# Interesting stand by Starbuck's CEO.......



## 220swift (Mar 2, 2011)

I'm not a Starbucks patron, what do you guys think of his stand?

http://www.outdoorhub.com/news/starbucks-ceo-writes-gun-owners-asks-customers-keep-firearms-home/?utm_source=SilverpopMailing&utm_medium=email&utm_campaign=Sept%2019%202013%20Daily%20Newswire%20(1)&utm_content=​​​


----------



## 220swift (Mar 2, 2011)

or to keep your double mocha latte from being stolen...............


----------



## JTKillough (May 4, 2010)

Looks like Starbux is outta business, they just lost mine.....And yours. Can I get a BOYCOTT


----------



## youngdon (Mar 10, 2010)

I'm not a fan of Starbucks either. I can buy coffee from several sources that is better than theirs. I have one right down the street from me and a $20 gift card in my wallet for the last three years. I have used it a few times when the wifey had to go to the mall for something, I always get a coffee so they won't allow me in the stores and i can sit on the couch and watch people.The card still has $12 on it.


----------



## 220swift (Mar 2, 2011)

That's funny Don, I too have a Starbucks card I got as a gift two years ago. I've used it once and it still has over $21.00 on it.


----------



## 4Cody4 (Dec 24, 2012)

No disrespect here, but I don't think we are the target market for Starbucks.

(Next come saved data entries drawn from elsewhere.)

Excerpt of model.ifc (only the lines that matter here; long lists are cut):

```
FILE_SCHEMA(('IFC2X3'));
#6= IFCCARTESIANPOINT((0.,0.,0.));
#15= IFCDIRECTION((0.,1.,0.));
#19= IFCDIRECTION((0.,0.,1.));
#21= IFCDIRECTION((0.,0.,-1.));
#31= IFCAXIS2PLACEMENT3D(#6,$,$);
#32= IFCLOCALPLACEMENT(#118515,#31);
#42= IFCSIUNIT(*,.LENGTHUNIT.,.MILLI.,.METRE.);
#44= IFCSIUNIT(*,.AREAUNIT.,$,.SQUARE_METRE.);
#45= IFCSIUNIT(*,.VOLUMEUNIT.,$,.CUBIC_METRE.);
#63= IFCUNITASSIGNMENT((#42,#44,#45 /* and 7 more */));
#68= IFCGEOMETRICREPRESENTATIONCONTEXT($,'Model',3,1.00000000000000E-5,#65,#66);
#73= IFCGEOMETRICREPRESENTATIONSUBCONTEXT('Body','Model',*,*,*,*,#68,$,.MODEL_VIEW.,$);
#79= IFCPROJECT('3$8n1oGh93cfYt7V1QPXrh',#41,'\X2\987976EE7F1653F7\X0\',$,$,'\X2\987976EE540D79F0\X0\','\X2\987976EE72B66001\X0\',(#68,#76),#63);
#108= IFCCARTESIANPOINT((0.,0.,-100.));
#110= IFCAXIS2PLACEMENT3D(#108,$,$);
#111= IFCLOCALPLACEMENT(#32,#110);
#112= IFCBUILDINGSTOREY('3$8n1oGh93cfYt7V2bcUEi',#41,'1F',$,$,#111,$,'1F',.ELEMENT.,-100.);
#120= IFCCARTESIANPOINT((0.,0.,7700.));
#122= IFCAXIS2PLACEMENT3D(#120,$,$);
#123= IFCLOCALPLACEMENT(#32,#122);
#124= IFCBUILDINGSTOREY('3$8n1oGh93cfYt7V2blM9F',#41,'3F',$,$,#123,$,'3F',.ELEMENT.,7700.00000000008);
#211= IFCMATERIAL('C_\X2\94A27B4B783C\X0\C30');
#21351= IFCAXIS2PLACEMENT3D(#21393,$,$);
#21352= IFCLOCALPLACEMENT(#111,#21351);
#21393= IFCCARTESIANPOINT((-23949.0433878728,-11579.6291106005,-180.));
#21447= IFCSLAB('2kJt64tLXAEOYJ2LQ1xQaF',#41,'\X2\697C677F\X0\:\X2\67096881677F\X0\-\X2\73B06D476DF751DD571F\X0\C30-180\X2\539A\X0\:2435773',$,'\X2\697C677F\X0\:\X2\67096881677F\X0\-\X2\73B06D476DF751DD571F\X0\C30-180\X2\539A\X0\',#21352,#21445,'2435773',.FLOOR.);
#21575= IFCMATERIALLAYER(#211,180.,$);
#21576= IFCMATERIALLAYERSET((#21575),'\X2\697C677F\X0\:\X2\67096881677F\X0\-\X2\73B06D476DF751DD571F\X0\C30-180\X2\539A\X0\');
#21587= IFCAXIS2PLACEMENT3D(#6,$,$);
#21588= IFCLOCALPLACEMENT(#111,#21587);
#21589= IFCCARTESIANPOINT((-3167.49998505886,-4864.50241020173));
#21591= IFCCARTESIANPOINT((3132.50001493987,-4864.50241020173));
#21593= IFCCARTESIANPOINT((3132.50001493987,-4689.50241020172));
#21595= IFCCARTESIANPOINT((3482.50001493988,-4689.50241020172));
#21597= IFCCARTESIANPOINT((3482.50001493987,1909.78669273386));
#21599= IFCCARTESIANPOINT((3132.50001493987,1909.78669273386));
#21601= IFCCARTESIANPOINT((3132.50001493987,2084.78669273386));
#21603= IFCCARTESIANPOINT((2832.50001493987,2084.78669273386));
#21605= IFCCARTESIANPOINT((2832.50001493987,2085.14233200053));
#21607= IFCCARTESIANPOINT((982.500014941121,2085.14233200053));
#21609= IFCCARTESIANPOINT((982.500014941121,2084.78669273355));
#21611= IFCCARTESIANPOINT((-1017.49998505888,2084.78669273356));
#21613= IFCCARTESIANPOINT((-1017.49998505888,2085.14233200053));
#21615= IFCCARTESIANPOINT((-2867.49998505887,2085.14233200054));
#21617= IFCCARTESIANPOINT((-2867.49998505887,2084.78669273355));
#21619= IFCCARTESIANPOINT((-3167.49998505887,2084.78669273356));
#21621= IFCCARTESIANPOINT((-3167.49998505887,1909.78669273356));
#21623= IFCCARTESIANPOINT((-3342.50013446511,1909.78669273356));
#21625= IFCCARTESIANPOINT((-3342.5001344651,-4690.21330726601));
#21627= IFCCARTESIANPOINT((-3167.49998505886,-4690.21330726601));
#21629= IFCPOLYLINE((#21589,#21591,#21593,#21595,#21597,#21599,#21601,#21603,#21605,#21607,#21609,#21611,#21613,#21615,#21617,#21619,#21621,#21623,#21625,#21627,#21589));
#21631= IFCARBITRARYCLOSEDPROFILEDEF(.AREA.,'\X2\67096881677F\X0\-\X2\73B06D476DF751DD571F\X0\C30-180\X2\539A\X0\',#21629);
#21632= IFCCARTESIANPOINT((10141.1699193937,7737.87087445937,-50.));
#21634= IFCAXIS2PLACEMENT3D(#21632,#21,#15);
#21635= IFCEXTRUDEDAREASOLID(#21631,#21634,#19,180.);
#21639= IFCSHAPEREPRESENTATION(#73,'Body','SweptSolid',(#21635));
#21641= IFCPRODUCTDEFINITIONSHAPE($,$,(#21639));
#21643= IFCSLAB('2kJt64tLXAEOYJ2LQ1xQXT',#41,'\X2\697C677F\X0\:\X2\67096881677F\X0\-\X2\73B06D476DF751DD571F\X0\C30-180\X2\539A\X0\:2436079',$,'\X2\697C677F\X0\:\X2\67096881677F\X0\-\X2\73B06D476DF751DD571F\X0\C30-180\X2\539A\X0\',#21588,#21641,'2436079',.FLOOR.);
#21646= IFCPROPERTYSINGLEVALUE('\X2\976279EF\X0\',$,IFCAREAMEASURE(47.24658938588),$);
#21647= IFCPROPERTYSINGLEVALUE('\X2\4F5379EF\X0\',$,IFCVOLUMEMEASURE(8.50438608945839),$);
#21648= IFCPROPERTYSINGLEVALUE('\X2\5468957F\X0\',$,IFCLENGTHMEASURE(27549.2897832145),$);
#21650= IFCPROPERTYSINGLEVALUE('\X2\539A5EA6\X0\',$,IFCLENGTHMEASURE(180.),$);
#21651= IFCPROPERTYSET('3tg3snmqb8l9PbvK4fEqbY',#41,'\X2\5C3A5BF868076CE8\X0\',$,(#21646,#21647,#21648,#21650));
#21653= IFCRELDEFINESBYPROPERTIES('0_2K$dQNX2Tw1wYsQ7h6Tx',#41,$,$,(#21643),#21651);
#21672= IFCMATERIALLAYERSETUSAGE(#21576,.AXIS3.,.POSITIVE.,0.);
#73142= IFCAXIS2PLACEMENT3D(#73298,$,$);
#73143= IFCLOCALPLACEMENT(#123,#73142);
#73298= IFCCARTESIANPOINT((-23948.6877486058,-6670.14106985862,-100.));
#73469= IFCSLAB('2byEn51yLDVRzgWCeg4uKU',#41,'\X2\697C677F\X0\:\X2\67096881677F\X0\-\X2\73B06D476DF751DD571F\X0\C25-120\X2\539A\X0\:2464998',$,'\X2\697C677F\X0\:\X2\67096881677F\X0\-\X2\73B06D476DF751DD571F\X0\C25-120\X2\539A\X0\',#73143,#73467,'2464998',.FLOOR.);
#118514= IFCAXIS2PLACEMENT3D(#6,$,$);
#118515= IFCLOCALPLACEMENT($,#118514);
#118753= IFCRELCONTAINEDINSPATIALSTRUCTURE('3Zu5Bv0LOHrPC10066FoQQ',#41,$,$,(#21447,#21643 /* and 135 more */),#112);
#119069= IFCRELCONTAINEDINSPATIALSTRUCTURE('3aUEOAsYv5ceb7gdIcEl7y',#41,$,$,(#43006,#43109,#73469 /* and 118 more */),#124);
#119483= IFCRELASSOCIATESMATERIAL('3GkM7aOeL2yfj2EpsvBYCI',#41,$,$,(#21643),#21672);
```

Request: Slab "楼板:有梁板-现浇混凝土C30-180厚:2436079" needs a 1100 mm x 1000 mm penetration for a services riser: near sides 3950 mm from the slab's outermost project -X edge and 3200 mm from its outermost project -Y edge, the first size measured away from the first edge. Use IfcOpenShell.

```python
import numpy as np
import ifcopenshell
import ifcopenshell.api.feature
import ifcopenshell.api.geometry
import ifcopenshell.api.pset
import ifcopenshell.api.root
import ifcopenshell.geom
import ifcopenshell.util.element
import ifcopenshell.util.placement
import ifcopenshell.util.representation
import ifcopenshell.util.shape
import ifcopenshell.util.unit

model = ifcopenshell.open("model.ifc")
unit_scale = ifcopenshell.util.unit.calculate_unit_scale(model)
area_scale = ifcopenshell.util.unit.calculate_unit_scale(model, "AREAUNIT")
volume_scale = ifcopenshell.util.unit.calculate_unit_scale(model, "VOLUMEUNIT")
settings = ifcopenshell.geom.settings()


def volume(element):
    """Net volume in cubic metres, openings subtracted."""
    shape = ifcopenshell.geom.create_shape(settings, element)
    return ifcopenshell.util.shape.get_volume(shape.geometry)


slab = model.by_guid("2kJt64tLXAEOYJ2LQ1xQXT")
before = volume(slab)

# Extent in the slab's own axes, in metres. The edges named are its -X and -Y sides.
slab_shape = ifcopenshell.geom.create_shape(settings, slab)
vertices = ifcopenshell.util.shape.get_vertices(slab_shape.geometry)
x_min, y_min, bottom = vertices.min(axis=0)
top = vertices[:, 2].max()

opening = ifcopenshell.api.root.create_entity(model, ifc_class="IfcOpeningElement", name="Services riser opening")
context = ifcopenshell.util.representation.get_context(model, "Model", "Body", "MODEL_VIEW")
width, depth = 1.1, 1
outline = [(0.0, 0.0), (width, 0.0), (width, depth), (0.0, depth), (0.0, 0.0)]
# Overshoot both faces by 50 mm so the cut is clean.
shape = ifcopenshell.api.geometry.add_slab_representation(
    model, context=context, depth=top - bottom + 0.1, polyline=outline
)
ifcopenshell.api.geometry.assign_representation(model, product=opening, representation=shape)

matrix = ifcopenshell.util.placement.get_local_placement(slab.ObjectPlacement)
matrix[:, 3] = matrix @ np.append(np.array([x_min + 3.95, y_min + 3.2, bottom - 0.05]) / unit_scale, 1.0)
ifcopenshell.api.geometry.edit_object_placement(model, product=opening, matrix=matrix, is_si=False)
ifcopenshell.api.feature.add_feature(model, feature=opening, element=slab)

after = volume(slab)

# Update the slab's stored quantities.
pset = model.by_id(ifcopenshell.util.element.get_pset(slab, "尺寸标注", should_inherit=False)["id"])
ifcopenshell.api.pset.edit_pset(model, pset=pset, properties={
    "面积": model.create_entity("IfcAreaMeasure", after / (top - bottom) / area_scale),
    "体积": model.create_entity("IfcVolumeMeasure", after / volume_scale),
})

print(f"slab volume {before:.3f} -> {after:.3f} m3")

model.write("model_rev.ifc")
```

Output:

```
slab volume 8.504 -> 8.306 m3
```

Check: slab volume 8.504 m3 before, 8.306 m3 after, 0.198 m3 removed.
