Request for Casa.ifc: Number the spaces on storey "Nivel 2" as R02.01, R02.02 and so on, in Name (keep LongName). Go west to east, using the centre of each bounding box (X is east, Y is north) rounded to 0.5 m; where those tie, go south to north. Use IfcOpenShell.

First a look at what the model holds.

```python
import ifcopenshell
import ifcopenshell.util.element
import ifcopenshell.util.placement

model = ifcopenshell.open("Casa.ifc")
print(model.schema)
storey = next(s for s in model.by_type("IfcBuildingStorey") if s.Name == "Nivel 2")
spaces = [e for e in ifcopenshell.util.element.get_decomposition(storey) if e.is_a("IfcSpace")]
for e in sorted(spaces, key=lambda e: e.id()):
    origin = ifcopenshell.util.placement.get_local_placement(e.ObjectPlacement)[:3, 3]
    print(e.id(), e.Name, e.LongName, origin.round(2) + 0.0, sep=" | ")
```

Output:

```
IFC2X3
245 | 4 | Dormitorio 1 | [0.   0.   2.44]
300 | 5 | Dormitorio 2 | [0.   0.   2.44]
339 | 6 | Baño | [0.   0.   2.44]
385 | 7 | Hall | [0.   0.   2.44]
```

```python
import ifcopenshell
import ifcopenshell.geom
import ifcopenshell.util.element
import ifcopenshell.util.shape

model = ifcopenshell.open("Casa.ifc")
settings = ifcopenshell.geom.settings()
settings.set("use-world-coords", True)


def centre(element):
    shape = ifcopenshell.geom.create_shape(settings, element)
    return ifcopenshell.util.shape.get_bbox_centroid(shape.geometry)


storey = next(s for s in model.by_type("IfcBuildingStorey") if s.Name == "Nivel 2")
spaces = [e for e in ifcopenshell.util.element.get_decomposition(storey) if e.is_a("IfcSpace")]

# Insertion points can sit at a corner or the storey origin, so sort by the geometry (in metres).
centres = {e: centre(e) for e in spaces}
spaces.sort(key=lambda e: (round(centres[e][0] / 0.5), centres[e][1]))

for i, e in enumerate(spaces, start=1):
    number = f"R02.{i:02d}"
    e.Name = number
    print(e.id(), number)

model.write("Casa-out.ifc")
```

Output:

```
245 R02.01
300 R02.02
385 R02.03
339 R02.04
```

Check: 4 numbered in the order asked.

Bet they'd never notice out boycott.


----------



## 220swift (Mar 2, 2011)

no disrespect taken, I'm very pleased to NOT be in Starbucks target market, but it's mutual, they're not in my target market either.......


----------



## fr3db3ar (Aug 6, 2011)

And now somebody already tried to rob one. How's that?


----------



## 220swift (Mar 2, 2011)

yup, advertise a gun free zone and you will be robbed..........


----------



## sneakygroundbuzzard (Nov 1, 2012)

well maybe its just the way i interpeted what i read

but he doesnt seem to be sayin that you cant carry your weapon in the store,he would rather you didnt or atleast keep itconcealed

it seems he is saying that he doesnt want pro or inti gun demonstrations at thier locations

like i said,maybe its just the way i interpeted what i read,or maybe the fact that i am completely exhausted

oh and i hate what they call coffee,i like duncan donuts coffee.much tastier and way less expensive


----------



## 220swift (Mar 2, 2011)

and they have donuts..............


----------



## sneakygroundbuzzard (Nov 1, 2012)

mmmmmmmmmmmmmmmmmmmmmmmmmmmmmm donuts


----------



## Provost (Sep 16, 2013)

You'll just be hunting a different type of predator lol


----------



## prairiewolf (Feb 19, 2012)

Hmmmmmmmm !!!!


----------



## azpredatorhunter (Jul 24, 2012)

I don't shop, eat or go to any establishment with a no firearms sign...


----------



## Provost (Sep 16, 2013)

azpredatorhunter said:


> I don't shop, eat or go to any establishment with a no firearms sign...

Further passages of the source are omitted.